Data for review:
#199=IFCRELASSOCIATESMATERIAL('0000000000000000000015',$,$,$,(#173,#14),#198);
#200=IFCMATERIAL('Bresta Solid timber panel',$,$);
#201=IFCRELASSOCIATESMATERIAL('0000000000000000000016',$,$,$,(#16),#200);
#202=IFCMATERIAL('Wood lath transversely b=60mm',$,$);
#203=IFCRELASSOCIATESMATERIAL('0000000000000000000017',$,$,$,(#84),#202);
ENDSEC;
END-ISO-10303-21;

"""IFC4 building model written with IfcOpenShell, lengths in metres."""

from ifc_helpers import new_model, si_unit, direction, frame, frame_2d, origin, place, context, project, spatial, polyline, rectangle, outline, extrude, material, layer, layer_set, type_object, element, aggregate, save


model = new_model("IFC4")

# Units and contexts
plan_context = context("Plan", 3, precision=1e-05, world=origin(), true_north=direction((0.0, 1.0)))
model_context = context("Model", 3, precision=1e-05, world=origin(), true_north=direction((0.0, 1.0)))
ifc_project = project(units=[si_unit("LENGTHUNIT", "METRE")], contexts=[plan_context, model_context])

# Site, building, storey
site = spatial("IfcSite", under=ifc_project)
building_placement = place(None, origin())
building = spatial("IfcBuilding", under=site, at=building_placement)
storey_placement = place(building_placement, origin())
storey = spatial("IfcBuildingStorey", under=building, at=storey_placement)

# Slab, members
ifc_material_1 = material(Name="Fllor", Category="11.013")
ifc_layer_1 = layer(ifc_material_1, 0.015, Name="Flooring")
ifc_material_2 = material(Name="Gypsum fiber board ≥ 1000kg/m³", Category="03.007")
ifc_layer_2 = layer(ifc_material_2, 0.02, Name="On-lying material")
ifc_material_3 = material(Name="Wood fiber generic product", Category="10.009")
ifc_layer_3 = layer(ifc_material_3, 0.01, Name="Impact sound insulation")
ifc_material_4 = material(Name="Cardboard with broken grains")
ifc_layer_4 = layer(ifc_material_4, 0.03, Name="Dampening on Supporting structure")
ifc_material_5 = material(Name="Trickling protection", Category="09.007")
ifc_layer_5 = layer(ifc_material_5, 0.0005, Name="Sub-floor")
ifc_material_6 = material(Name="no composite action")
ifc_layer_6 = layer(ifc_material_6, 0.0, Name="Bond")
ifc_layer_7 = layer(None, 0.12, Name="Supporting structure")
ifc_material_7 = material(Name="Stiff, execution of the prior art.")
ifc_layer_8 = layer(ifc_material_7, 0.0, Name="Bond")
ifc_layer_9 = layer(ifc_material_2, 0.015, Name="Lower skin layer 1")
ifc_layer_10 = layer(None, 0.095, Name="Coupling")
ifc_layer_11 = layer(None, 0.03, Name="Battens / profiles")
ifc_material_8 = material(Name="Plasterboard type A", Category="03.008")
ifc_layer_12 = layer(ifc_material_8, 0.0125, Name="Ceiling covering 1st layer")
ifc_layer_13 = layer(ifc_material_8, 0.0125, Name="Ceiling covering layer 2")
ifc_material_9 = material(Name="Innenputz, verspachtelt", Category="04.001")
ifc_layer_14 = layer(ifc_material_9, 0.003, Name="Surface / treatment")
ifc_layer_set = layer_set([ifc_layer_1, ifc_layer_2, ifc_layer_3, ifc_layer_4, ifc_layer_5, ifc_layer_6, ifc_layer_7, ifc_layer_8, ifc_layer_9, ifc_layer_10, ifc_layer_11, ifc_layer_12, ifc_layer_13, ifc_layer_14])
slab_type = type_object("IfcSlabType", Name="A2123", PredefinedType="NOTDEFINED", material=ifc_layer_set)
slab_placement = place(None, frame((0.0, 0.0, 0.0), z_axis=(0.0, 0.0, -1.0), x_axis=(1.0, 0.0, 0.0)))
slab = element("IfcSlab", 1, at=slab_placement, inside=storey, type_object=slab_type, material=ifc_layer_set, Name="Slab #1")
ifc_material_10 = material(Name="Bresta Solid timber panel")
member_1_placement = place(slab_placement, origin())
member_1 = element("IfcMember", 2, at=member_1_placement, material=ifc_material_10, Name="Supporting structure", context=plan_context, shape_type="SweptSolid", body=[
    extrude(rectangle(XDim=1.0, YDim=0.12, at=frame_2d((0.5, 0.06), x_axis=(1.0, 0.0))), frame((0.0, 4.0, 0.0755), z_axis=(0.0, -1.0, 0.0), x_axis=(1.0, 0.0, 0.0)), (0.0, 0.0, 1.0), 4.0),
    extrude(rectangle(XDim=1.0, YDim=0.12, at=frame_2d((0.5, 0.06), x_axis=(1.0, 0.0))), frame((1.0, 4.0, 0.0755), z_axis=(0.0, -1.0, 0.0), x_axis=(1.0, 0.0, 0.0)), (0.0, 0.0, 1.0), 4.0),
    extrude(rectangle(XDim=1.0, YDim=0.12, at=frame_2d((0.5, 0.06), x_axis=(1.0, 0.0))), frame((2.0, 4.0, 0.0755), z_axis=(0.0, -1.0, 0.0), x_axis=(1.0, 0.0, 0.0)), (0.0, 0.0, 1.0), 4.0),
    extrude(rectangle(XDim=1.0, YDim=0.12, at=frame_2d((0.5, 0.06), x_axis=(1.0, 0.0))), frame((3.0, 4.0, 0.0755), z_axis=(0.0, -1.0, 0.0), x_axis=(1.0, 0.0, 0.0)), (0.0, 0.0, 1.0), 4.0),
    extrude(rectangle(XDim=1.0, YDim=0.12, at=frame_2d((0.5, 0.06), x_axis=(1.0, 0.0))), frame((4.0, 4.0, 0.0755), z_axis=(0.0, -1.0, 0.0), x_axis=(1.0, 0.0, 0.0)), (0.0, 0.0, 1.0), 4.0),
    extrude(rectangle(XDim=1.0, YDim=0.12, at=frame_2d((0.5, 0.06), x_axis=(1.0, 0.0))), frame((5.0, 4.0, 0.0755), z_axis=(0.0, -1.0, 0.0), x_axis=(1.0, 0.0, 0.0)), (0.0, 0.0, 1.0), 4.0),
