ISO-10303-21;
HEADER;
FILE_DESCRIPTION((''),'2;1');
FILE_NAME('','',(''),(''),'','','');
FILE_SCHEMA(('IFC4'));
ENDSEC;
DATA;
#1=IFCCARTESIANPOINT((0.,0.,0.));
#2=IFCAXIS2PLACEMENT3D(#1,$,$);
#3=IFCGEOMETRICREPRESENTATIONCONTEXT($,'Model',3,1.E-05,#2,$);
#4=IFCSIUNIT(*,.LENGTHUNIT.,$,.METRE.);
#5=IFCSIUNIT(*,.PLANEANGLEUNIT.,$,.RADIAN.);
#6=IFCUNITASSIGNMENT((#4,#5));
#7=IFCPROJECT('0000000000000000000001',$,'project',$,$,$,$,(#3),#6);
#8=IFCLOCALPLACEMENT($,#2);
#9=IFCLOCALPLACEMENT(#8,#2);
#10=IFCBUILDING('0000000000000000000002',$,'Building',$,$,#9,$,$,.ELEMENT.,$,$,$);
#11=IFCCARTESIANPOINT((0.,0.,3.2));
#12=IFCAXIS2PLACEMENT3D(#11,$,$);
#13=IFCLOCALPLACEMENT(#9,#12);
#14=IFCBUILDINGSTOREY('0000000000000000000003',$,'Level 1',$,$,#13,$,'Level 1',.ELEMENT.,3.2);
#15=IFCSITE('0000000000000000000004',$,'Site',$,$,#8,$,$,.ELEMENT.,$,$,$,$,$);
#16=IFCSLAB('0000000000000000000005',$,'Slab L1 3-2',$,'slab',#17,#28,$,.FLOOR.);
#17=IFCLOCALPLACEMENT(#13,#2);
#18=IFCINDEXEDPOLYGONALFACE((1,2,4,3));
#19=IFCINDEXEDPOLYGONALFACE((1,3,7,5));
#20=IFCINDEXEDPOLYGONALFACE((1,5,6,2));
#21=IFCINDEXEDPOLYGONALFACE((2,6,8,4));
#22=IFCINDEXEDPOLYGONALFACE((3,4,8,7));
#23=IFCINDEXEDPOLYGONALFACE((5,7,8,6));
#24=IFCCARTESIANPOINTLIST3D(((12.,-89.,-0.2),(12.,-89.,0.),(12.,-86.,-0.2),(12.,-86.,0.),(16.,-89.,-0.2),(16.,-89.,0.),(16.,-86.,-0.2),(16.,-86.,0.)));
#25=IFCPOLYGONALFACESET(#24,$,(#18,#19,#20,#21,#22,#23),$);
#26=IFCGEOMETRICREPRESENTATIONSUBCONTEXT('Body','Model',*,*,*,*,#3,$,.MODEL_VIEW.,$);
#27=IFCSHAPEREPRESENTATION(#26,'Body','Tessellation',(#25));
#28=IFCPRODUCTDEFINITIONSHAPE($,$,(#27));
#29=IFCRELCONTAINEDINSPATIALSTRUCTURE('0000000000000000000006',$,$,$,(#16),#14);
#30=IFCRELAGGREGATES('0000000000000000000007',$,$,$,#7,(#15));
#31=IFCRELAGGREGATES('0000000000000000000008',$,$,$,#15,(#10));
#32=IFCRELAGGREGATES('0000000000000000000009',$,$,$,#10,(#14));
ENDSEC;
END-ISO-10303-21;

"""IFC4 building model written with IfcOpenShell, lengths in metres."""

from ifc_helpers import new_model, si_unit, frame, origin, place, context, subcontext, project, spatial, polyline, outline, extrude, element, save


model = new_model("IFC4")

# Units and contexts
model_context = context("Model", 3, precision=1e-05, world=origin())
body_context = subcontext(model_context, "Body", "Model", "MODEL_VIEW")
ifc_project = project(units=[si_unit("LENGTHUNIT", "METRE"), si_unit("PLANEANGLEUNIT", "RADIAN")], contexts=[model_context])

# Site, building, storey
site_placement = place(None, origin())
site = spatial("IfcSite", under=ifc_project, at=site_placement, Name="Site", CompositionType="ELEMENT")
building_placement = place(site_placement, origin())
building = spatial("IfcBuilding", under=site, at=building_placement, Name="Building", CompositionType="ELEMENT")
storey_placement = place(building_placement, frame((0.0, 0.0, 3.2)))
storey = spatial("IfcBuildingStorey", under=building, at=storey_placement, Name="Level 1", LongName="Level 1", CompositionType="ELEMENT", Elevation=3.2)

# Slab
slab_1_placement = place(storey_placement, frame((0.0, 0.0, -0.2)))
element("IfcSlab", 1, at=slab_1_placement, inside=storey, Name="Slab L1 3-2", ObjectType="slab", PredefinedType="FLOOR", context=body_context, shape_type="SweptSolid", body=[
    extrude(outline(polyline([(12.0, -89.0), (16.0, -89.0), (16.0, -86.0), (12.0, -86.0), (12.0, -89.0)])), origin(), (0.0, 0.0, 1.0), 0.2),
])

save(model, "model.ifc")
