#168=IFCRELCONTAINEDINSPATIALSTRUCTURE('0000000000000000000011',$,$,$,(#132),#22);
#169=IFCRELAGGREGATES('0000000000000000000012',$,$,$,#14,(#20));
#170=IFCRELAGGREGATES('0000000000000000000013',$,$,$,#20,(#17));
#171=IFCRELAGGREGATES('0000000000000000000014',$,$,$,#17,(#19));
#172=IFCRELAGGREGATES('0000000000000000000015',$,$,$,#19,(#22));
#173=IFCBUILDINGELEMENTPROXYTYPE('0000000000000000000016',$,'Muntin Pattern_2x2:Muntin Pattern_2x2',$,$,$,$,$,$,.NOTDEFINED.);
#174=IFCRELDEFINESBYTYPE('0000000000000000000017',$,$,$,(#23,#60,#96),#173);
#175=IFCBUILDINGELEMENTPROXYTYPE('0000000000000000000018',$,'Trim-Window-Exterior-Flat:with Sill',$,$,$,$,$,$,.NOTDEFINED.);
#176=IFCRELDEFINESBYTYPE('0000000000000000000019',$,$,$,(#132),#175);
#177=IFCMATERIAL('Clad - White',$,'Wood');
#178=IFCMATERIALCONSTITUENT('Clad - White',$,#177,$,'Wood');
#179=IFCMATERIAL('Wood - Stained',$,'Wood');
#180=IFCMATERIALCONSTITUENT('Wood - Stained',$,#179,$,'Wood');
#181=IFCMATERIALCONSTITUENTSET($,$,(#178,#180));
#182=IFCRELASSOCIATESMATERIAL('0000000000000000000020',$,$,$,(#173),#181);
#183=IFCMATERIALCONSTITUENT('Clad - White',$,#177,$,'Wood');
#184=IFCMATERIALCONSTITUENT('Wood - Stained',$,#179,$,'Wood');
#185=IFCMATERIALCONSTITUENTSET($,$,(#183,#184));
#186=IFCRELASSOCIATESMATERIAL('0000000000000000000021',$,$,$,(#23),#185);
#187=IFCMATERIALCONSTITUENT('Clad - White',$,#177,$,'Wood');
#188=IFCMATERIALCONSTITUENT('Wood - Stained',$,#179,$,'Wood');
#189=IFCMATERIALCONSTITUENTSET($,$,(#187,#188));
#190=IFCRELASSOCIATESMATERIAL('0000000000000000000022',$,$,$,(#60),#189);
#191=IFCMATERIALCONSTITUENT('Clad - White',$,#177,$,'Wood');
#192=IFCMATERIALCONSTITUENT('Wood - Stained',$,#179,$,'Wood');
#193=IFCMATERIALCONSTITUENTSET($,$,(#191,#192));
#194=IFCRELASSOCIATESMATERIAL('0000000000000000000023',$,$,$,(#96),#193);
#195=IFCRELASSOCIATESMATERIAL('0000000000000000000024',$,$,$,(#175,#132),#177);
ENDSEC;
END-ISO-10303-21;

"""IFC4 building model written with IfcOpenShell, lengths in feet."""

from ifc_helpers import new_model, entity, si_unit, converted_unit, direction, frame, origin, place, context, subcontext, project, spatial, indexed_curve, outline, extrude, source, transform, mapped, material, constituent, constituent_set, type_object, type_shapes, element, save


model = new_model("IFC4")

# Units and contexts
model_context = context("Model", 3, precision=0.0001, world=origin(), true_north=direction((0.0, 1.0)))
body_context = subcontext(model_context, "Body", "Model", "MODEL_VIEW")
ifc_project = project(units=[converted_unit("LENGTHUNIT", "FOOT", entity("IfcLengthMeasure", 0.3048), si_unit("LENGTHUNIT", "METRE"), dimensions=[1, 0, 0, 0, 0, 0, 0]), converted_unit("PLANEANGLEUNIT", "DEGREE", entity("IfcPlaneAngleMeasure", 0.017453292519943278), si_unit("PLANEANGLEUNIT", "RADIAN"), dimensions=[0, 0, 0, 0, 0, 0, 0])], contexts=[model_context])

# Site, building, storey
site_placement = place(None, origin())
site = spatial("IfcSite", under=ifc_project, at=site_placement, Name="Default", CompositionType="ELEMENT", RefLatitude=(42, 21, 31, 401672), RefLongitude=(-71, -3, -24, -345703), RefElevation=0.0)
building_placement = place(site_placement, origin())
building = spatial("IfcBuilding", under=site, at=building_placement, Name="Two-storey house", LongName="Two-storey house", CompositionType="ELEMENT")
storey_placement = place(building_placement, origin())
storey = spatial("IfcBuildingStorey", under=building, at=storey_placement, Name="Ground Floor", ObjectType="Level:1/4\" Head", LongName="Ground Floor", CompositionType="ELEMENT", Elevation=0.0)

What is required:
How many lines above contain the word "IFCMATERIALCONSTITUENTSET"? Reply with only the number.

Response:
4